Somewhat flustered, Dr Paupersum looked round the café. The goddess from Over Land and Sea had disappeared. Her place on the sofa had been taken by an incorrigible theatre critic who, mentally panning a premiere that was to take place in a week’s time, licked his forefinger to pick up a few breadcrumbs off the table and chewed them up with his front teeth, giving a good imitation of a polecat as he did so.

It gradually dawned on Dr Paupersum that he was sitting with his back to the rest of the café and had presumably been doing so all the time, so he must have seen everything he had just experienced in the large wall mirror, from which his own face was now staring at him pensively. The snappily dressed gentleman was still there too and he really was eating cold salmon — with his knife, of course — but he was sitting right over there in the corner, not at Paupersum’s table.

‘How did I come to be in the Café Stefanie?’ he asked himself.

He couldn’t remember.

Then he slowly worked it out: ‘It comes from starving all the time and then seeing other people eating salmon and drinking wine with it. My self split in two for a while, it’s not unknown and perfectly natural. Suddenly it’s as if we’re among the audience in the theatre and performing on the stage at the same time. And the roles we play are made out of the things we’ve read and heard and — secretly — hoped. Oh, yes, hope is a cruel playwright indeed! We imagine conversations we think we’re having, we see ourselves make gestures until the outside world grows thin and everything around us takes on different, delusory forms. We don’t think the words and phrases that come out of our brain in the way they usually do; they come wrapped in observations and explanations, as in a short story.
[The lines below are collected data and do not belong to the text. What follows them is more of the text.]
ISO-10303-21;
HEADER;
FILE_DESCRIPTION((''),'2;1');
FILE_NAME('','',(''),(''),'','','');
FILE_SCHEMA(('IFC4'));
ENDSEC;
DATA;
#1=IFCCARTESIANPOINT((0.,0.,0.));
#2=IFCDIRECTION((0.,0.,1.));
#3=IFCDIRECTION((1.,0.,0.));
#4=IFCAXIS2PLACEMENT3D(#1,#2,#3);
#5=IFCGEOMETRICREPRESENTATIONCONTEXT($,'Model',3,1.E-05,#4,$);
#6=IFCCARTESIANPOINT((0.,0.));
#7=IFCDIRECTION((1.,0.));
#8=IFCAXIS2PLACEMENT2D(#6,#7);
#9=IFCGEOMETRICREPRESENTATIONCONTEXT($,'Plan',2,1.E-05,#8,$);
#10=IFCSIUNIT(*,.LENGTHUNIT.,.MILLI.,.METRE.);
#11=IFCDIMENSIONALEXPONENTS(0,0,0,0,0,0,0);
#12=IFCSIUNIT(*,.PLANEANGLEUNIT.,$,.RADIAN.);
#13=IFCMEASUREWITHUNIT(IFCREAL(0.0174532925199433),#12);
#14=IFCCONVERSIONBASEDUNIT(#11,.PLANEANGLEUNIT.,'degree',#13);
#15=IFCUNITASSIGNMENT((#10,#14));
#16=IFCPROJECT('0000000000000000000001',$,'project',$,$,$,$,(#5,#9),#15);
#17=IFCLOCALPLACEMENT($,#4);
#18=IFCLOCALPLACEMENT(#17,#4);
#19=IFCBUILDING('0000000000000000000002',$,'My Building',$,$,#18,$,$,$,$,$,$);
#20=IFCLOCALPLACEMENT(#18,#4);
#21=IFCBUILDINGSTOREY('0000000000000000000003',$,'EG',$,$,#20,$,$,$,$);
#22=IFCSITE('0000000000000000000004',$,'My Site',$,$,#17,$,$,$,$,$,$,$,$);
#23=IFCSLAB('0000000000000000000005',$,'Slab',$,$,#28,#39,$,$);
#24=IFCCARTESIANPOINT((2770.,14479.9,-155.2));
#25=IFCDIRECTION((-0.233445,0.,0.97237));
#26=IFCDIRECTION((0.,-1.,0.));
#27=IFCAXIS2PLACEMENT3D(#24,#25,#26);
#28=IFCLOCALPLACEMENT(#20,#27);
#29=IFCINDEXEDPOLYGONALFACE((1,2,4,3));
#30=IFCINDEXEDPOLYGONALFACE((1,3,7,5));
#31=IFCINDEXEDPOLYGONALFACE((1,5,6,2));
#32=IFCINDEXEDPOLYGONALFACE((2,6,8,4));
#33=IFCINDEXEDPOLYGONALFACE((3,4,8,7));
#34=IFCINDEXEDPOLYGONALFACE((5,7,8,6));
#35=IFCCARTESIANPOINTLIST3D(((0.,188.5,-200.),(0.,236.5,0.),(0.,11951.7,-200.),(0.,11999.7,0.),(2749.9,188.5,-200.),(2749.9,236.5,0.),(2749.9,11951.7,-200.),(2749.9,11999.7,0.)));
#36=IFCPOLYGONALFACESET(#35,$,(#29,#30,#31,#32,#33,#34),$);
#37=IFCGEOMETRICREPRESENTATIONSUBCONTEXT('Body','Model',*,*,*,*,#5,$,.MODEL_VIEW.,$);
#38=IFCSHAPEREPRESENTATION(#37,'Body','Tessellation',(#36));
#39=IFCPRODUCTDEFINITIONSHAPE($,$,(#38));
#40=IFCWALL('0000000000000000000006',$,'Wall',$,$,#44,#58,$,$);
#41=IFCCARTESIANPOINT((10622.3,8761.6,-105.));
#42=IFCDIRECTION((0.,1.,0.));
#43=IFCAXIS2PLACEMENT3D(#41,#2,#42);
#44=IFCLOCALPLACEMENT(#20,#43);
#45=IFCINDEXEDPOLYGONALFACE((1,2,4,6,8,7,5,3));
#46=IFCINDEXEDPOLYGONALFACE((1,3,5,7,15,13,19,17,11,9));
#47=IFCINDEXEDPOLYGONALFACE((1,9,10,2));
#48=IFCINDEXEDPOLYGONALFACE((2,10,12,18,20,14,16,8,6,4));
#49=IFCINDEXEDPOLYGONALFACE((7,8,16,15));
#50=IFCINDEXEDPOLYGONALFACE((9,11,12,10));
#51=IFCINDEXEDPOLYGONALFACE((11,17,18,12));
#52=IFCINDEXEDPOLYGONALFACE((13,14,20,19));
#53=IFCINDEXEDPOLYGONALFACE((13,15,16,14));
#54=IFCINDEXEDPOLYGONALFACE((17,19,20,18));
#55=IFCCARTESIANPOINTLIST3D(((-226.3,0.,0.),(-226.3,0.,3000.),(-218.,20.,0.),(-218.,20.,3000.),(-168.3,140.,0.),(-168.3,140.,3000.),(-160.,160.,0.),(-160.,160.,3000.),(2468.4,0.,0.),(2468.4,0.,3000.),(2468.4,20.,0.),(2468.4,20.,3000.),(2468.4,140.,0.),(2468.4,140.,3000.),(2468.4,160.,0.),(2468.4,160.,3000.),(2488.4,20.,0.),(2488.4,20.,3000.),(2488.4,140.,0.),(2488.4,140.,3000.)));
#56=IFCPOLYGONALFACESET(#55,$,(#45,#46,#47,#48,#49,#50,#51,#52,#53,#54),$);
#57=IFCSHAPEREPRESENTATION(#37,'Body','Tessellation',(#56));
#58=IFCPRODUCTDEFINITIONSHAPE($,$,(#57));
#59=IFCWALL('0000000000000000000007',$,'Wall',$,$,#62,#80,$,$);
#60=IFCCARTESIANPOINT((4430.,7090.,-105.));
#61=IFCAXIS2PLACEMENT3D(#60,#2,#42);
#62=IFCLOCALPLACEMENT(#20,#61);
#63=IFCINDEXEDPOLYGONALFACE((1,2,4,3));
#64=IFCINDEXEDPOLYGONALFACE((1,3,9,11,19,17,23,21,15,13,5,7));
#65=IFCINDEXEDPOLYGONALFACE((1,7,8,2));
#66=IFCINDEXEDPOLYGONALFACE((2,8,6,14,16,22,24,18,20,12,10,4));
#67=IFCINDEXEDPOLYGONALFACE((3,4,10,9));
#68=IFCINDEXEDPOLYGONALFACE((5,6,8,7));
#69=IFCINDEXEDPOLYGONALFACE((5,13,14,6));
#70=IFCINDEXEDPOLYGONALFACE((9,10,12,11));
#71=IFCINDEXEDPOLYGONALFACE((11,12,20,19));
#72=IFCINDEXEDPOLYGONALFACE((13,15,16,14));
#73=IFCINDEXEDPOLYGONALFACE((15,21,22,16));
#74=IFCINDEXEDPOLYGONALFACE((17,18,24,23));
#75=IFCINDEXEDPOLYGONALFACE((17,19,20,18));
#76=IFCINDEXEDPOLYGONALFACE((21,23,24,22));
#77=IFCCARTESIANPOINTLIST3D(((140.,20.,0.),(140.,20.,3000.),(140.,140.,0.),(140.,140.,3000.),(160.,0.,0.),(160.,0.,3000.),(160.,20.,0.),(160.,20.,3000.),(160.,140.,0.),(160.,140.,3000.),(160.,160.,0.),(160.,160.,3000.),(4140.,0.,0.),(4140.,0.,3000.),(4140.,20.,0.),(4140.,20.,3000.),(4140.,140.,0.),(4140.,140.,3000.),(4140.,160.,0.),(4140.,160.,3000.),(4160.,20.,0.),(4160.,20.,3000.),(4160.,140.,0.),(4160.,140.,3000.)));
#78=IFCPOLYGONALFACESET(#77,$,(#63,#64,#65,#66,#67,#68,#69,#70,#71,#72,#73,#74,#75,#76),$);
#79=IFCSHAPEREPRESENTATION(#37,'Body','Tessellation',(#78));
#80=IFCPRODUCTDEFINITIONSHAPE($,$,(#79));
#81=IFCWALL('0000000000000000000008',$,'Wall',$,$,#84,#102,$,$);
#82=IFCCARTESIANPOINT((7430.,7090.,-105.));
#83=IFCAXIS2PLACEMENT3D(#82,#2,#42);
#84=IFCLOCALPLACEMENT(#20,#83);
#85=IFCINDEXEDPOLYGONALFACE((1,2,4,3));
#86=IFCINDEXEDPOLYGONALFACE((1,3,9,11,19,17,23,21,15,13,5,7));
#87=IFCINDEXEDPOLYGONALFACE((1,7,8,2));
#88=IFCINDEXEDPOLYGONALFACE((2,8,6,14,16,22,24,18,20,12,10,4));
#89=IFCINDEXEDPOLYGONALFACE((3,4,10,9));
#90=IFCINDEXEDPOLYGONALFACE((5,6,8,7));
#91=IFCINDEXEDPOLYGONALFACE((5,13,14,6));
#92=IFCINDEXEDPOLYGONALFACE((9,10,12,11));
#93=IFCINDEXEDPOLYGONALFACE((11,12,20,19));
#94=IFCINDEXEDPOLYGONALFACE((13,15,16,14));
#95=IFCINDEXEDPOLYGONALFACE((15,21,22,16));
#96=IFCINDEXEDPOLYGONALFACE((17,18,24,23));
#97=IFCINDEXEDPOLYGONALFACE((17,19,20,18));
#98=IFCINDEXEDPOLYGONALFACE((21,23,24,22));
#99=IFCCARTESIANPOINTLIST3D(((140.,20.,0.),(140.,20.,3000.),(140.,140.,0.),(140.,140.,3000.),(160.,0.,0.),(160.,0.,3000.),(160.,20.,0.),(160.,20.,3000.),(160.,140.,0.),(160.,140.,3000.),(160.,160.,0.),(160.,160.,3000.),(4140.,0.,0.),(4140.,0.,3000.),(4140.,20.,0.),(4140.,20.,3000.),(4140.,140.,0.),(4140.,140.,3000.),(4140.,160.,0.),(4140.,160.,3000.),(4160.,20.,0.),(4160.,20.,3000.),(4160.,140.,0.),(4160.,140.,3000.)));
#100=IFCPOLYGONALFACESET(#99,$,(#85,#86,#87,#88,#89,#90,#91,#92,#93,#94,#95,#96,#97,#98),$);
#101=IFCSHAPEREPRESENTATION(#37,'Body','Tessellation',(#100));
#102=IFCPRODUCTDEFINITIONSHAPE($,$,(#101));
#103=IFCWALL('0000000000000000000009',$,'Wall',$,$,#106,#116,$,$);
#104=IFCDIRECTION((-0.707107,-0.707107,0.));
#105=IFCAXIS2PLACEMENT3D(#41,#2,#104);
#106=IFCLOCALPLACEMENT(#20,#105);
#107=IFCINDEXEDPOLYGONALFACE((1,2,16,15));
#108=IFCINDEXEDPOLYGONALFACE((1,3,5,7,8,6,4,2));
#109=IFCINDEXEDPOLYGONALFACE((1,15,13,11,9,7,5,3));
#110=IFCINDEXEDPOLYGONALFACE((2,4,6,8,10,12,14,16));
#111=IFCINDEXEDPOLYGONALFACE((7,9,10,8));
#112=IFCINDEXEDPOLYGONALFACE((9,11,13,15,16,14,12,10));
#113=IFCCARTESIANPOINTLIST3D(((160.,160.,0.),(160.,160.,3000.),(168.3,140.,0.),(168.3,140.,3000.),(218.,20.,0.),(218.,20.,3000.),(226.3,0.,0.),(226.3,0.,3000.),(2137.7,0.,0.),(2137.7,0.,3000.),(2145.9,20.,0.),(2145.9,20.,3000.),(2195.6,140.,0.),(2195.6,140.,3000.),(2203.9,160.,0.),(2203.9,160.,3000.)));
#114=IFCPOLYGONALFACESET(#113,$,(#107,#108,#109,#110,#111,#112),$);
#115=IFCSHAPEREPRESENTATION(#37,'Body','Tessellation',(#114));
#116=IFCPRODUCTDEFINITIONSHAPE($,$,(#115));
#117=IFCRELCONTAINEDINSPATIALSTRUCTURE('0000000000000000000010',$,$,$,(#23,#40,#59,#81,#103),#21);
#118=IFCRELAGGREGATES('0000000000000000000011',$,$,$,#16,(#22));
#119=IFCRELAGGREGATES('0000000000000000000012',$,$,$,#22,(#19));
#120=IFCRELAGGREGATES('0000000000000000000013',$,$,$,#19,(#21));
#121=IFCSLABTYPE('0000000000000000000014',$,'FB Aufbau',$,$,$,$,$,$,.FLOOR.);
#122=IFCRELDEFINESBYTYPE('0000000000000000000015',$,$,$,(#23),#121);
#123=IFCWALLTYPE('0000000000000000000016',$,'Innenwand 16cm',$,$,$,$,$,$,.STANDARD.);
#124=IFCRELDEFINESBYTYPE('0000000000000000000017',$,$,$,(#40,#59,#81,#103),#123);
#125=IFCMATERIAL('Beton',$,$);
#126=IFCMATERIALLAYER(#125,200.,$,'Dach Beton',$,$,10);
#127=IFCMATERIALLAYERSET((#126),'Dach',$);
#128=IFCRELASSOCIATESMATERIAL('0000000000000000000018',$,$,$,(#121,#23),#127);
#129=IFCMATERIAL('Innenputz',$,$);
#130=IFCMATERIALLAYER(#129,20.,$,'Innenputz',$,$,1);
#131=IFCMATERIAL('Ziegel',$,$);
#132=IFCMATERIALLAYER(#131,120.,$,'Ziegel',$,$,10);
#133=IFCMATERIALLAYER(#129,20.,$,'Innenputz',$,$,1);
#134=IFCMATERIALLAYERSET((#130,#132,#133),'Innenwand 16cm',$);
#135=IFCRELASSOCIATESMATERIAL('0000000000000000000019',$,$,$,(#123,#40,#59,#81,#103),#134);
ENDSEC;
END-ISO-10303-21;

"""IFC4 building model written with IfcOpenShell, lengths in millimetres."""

from ifc_helpers import new_model, entity, si_unit, converted_unit, frame, origin_with_axes, origin_2d_with_axis, place, context, subcontext, project, spatial, line, indexed_curve, outline, extrude, material, layer, layer_set, layer_usage, type_object, element, save


model = new_model("IFC4")

# Units and contexts
model_context = context("Model", 3, precision=1e-05, world=origin_with_axes())
plan_context = context("Plan", 2, precision=1e-05, world=origin_2d_with_axis())
body_context = subcontext(model_context, "Body", "Model", "MODEL_VIEW")
ifc_project = project(units=[si_unit("LENGTHUNIT", "METRE", prefix="MILLI"), converted_unit("PLANEANGLEUNIT", "degree", entity("IfcReal", 0.0174532925199433), si_unit("PLANEANGLEUNIT", "RADIAN"), dimensions=[0, 0, 0, 0, 0, 0, 0])], contexts=[model_context, plan_context])

# Site, building, storey
site_placement = place(None, origin_with_axes())
site = spatial("IfcSite", under=ifc_project, at=site_placement, Name="My Site")
building_placement = place(site_placement, origin_with_axes())
building = spatial("IfcBuilding", under=site, at=building_placement, Name="My Building")
storey_placement = place(building_placement, origin_with_axes())
storey = spatial("IfcBuildingStorey", under=building, at=storey_placement, Name="EG")

# Slab
ifc_material_1 = material(Name="Beton")
ifc_layer_1 = layer(ifc_material_1, 200.0, Name="Dach Beton", Priority=10)
ifc_layer_set_1 = layer_set([ifc_layer_1], Name="Dach")
slab_type = type_object("IfcSlabType", Name="FB Aufbau", PredefinedType="FLOOR", material=ifc_layer_set_1)
ifc_layer_usage_1 = layer_usage(ifc_layer_set_1, "AXIS3", "POSITIVE", -200.0)
slab_1_placement = place(storey_placement, frame((2770.0, 14479.9, -155.2), z_axis=(-0.233445, 0.0, 0.97237), x_axis=(0.0, -1.0, 0.0)))
element("IfcSlab", 1, at=slab_1_placement, inside=storey, type_object=slab_type, material=ifc_layer_usage_1, Name="Slab", context=body_context, shape_type="SweptSolid", body=[
    extrude(outline(indexed_curve([(0.0, 236.5), (2749.9, 236.5), (2749.9, 11999.7), (0.0, 11999.7), (0.0, 236.5)])), frame((0.0, -48.0, -200.0), z_axis=(0.0, 0.0, 1.0), x_axis=(1.0, 0.0, 0.0)), (0.0, 0.233445, 0.97237), 205.7),
])

# Walls
ifc_material_2 = material(Name="Innenputz")
ifc_material_3 = material(Name="Ziegel")
ifc_layer_2 = layer(ifc_material_2, 20.0, Name="Innenputz", Priority=1)
ifc_layer_3 = layer(ifc_material_3, 120.0, Name="Ziegel", Priority=10)
ifc_layer_4 = layer(ifc_material_2, 20.0, Name="Innenputz", Priority=1)
ifc_layer_set_2 = layer_set([ifc_layer_2, ifc_layer_3, ifc_layer_4], Name="Innenwand 16cm")
wall_type_1 = type_object("IfcWallType", Name="Innenwand 16cm", PredefinedType="STANDARD", material=ifc_layer_set_2)
ifc_layer_usage_2 = layer_usage(ifc_layer_set_2, "AXIS2", "POSITIVE", 0.0)
wall_1_placement = place(storey_placement, frame((10622.3, 8761.6, -105.0), z_axis=(0.0, 0.0, 1.0), x_axis=(0.0, 1.0, 0.0)))
element("IfcWall", 2, at=wall_1_placement, inside=storey, type_object=wall_type_1, material=ifc_layer_usage_2, Name="Wall", context=body_context, shape_type="SweptSolid", body=[
    extrude(outline(indexed_curve([(-226.3, 0.0), (-218.0, 20.0), (-168.3, 140.0), (-160.0, 160.0), (2468.4, 160.0), (2468.4, 140.0), (2488.4, 140.0), (2488.4, 20.0), (2468.4, 20.0), (2468.4, 0.0)], segments=[line(1, 2, 3, 4, 5, 6, 7, 8, 9, 10, 1)])), origin_with_axes(), (0.0, 0.0, 1.0), 3000.0),
])
ifc_layer_usage_3 = layer_usage(ifc_layer_set_2, "AXIS2", "POSITIVE", 0.0)
wall_2_placement = place(storey_placement, frame((4430.0, 7090.0, -105.0), z_axis=(0.0, 0.0, 1.0), x_axis=(0.0, 1.0, 0.0)))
A strange thing, this “self”. Sometimes it falls apart like a bundle of sticks when you untie the string…’ Again Dr Paupersum found his lips were murmuring, ‘How did I come to be in the Café Stefanie?’

Suddenly all his brooding vanished as a cry of delight swept through him. ‘But I’ve won a mark at chess! A whole mark! Now my daughter will get well again. Quick, a bottle of red wine, and some milk and —”

Wild with excitement, he searched through his pockets. As he did so his eye fell on the black armband round his sleeve and at once he remembered the awful, naked truth: his daughter had died during the night.

He clasped his head in his hands. Yes, died. Now he knew how he came to be in the café — he had come from the graveyard, from the funeral. They had buried her that afternoon. Hastily, soullessly, sullenly. Because it had rained so hard.

And then he had wandered round the streets, for hours on end, gritting his teeth, desperately listening to the clatter of his heels and counting, counting, from one to a hundred, then starting again, to stop himself going mad from the idea that his feet might unwittingly take him back home, back to his bare room with the pauper’s bed where she had died and which was now empty. Somehow or other he must have ended up here. Somehow or other.

He clutched the edge of the table to stop himself collapsing. Disjointed words and phrases kept popping up in his scholarly mind: ‘Hmm, yes, I should have… blood… transfusions. I should have transferred blood to her from my veins… blood from my veins…’ he repeated mechanically a few times. Then a sudden thought gave him a start: ‘But I can’t leave my child all by herself, out there in the wet night.’ He wanted to scream it out loud, but all that came was a low whimper.

Another thought jolted him: ‘Roses, a bouquet of roses, that was her last wish. I won a mark at chess, so at least I can buy her a bouquet of roses.’ He rummaged through his pockets again and dashed out, hatless, into the darkness, in pursuit of one last, faint will-o-the-wisp.

The next morning they found him on his daughter’s grave. Dead. His hands thrust deep into the earth. He had slashed his wrists and his blood had trickled down to the girl sleeping below.

His pale face shone proudly with the peace that can never be disturbed by hope again.